Karena kejadian tempo lalu sepertinya Pak Andalas jadi selalu mengecek nama-nama yang mengerjakan tugas di dalam kelas. Ia kini sibuk menandai nama-nama yang berada di halaman sampul tugas-tugas di depan. Petra menatap Pak Andalas, kemudian beralih lagi pada bukunya.
Barang lima menit kemudian, Pak Andalas mendongak lalu mengecek sekali lagi nama-nama yang berada di buku nilainya.
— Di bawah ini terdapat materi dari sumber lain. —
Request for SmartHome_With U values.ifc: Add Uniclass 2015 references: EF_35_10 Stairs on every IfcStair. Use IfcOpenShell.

First a look at what the model holds.

```python
import ifcopenshell

model = ifcopenshell.open("SmartHome_With U values.ifc")
print(model.schema)
print("classifications:", [c.Name for c in model.by_type("IfcClassification")])
for ifc_class in ("IfcDoor", "IfcRoof", "IfcStair", "IfcWall", "IfcWindow"):
    print(ifc_class, len(model.by_type(ifc_class)))
```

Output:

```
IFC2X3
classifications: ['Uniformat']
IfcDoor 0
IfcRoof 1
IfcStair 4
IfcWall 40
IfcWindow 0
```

```python
import ifcopenshell
import ifcopenshell.api.classification

model = ifcopenshell.open("SmartHome_With U values.ifc")

# IFC2X3 requires Source and Edition and has no link from the project to the system.
system = model.create_entity("IfcClassification", Source="NBS", Edition="2015", Name="Uniclass 2015")

codes = {
    "IfcStair": ("EF_35_10", "Stairs"),
}
for ifc_class, (code, name) in codes.items():
    products = model.by_type(ifc_class)
    ifcopenshell.api.classification.add_reference(
        model, products=products, classification=system, identification=code, name=name
    )
    print(code, len(products))

model.write("SmartHome_With U values_v2.ifc")
```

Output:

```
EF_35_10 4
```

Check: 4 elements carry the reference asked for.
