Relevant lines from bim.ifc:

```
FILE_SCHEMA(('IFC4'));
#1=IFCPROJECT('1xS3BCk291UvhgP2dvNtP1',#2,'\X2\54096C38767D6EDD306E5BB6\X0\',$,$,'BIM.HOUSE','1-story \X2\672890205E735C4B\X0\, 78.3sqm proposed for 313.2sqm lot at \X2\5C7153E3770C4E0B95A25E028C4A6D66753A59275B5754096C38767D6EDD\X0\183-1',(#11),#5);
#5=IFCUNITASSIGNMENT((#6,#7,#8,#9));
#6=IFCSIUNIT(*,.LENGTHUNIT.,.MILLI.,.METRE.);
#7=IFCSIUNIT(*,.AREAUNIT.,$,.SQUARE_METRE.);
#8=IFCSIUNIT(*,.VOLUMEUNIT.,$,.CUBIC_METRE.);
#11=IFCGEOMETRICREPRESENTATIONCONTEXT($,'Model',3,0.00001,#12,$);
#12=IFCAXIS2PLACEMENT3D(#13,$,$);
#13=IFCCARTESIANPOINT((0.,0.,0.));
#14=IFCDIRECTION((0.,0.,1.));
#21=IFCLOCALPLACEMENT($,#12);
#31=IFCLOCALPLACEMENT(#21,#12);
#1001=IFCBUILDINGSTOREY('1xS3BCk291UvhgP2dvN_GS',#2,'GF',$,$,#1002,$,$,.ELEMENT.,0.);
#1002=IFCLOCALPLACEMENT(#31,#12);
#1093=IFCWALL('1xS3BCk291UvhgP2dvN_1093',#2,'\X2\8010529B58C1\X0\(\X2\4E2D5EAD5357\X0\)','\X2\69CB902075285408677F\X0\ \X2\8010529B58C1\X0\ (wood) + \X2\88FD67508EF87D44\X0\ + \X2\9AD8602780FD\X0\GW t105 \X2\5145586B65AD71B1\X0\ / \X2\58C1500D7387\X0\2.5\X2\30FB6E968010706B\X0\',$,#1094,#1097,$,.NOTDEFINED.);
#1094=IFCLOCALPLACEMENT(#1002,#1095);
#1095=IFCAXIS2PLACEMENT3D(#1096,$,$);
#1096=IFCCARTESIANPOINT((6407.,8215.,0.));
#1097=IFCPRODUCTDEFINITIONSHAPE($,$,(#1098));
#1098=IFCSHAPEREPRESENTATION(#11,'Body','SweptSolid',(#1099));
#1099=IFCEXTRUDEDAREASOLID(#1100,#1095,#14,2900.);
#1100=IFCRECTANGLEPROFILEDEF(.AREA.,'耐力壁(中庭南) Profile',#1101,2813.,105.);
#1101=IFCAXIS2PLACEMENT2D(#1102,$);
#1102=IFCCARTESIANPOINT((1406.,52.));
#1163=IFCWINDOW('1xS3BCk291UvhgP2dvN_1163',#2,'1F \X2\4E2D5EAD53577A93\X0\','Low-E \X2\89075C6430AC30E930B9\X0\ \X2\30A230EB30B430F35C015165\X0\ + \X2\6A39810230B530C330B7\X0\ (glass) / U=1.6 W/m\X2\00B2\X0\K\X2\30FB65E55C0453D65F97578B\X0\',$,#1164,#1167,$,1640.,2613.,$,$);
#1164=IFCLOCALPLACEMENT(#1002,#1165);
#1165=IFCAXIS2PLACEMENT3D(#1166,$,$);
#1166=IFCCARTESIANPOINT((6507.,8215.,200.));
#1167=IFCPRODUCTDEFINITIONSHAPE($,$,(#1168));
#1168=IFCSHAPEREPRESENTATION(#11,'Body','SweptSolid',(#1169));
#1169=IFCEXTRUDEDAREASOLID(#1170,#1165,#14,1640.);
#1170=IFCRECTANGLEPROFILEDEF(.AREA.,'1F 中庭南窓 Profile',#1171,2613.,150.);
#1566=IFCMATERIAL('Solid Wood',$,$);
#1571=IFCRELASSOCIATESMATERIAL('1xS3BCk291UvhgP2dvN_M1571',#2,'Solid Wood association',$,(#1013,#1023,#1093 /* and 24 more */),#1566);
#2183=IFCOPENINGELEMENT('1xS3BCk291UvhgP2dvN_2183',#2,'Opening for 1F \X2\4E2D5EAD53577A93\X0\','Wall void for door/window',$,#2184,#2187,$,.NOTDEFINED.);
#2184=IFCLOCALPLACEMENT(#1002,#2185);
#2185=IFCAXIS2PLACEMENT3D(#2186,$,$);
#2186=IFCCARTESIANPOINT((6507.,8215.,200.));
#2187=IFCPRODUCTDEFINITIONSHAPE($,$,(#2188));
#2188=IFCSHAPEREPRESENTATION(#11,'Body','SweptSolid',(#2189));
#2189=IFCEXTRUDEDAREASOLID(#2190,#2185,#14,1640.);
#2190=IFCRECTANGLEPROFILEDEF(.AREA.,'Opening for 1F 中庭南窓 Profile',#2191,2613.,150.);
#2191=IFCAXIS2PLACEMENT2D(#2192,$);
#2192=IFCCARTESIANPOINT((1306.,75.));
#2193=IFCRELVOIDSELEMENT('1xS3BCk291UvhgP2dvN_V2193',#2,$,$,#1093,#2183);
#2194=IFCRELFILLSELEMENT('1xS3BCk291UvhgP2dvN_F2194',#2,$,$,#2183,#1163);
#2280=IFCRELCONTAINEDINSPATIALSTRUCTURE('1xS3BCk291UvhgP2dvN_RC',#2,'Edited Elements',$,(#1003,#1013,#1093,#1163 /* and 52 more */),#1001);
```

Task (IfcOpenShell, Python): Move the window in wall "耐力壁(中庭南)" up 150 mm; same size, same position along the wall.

```python
import numpy as np
import ifcopenshell
import ifcopenshell.api.geometry
import ifcopenshell.util.placement
import ifcopenshell.util.unit

model = ifcopenshell.open("bim.ifc")
unit_scale = ifcopenshell.util.unit.calculate_unit_scale(model)

window = model.by_guid("1xS3BCk291UvhgP2dvN_1163")
opening = window.FillsVoids[0].RelatingOpeningElement
dz = 0.15 / unit_scale

shift = np.array([0.0, 0.0, dz])
# The window is not placed relative to its opening, so move both.
for product in (opening, window):
    matrix = ifcopenshell.util.placement.get_local_placement(product.ObjectPlacement)
    matrix[:3, 3] += shift
    ifcopenshell.api.geometry.edit_object_placement(model, product=product, matrix=matrix, is_si=False)

print(f"moved by {dz * unit_scale:+.3f} m")

model.write("bim_v2.ifc")
```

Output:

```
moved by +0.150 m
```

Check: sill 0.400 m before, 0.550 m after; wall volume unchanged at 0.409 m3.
Beliau mengernyit kemudian menatap satu persatu wajah di kelas. "Petra Maharani?"
Mendengar namanya disebut, Petra mengangka kepalanya, ia juga mengangkat tangannya dengan cemas-cemas. "I-Iya Pak?"
"Kamu tidak punya kelompok ya? Cuma nama kamu yang tidak ada di buku nilai saya." Pak Andalas menatap Petra dengan tatapannya yang biasa walaupun memang sedikit menakutkan.
Petra terperanjat. Bola matanya membulat. Ia yakin seluruh kelas kini ikut-ikutan menatapnya. Petra menarik napasnya. "Nama saya nggak ada Pak?"
Pak Andalas kembali melihat buku nilainya, lalu dengan yakin menggeleng. Petra memijat pelipisnya, ia menoleh ke belakang, tempat Tania berada. Sedangkan cewek yang dimaksud tengah mengobrol dengan teman belakangnya.
Apa maksudnya ini?, batinnya.
"Petra, saya sedang bicara dengan kamu." Suara Pak Andalas yang besar itu membuat Petra kaget dan gugup.
Petra menelan ludahnya. "Anu, Pak."
"Anu kenapa?"
"Saya punya kelompok dan sudah mengerjakan pak. Tapi saya nggak tahu kenapa nama saya tidak ada." Petra membela dirinya. Ia mencoba meyakinkan Pak Andalas dengan tatapan matanya. Tapi ia tahu betul Pak Andalas. Segala macam alasan yang tidak berhubungan tidak akan ditolerirnya.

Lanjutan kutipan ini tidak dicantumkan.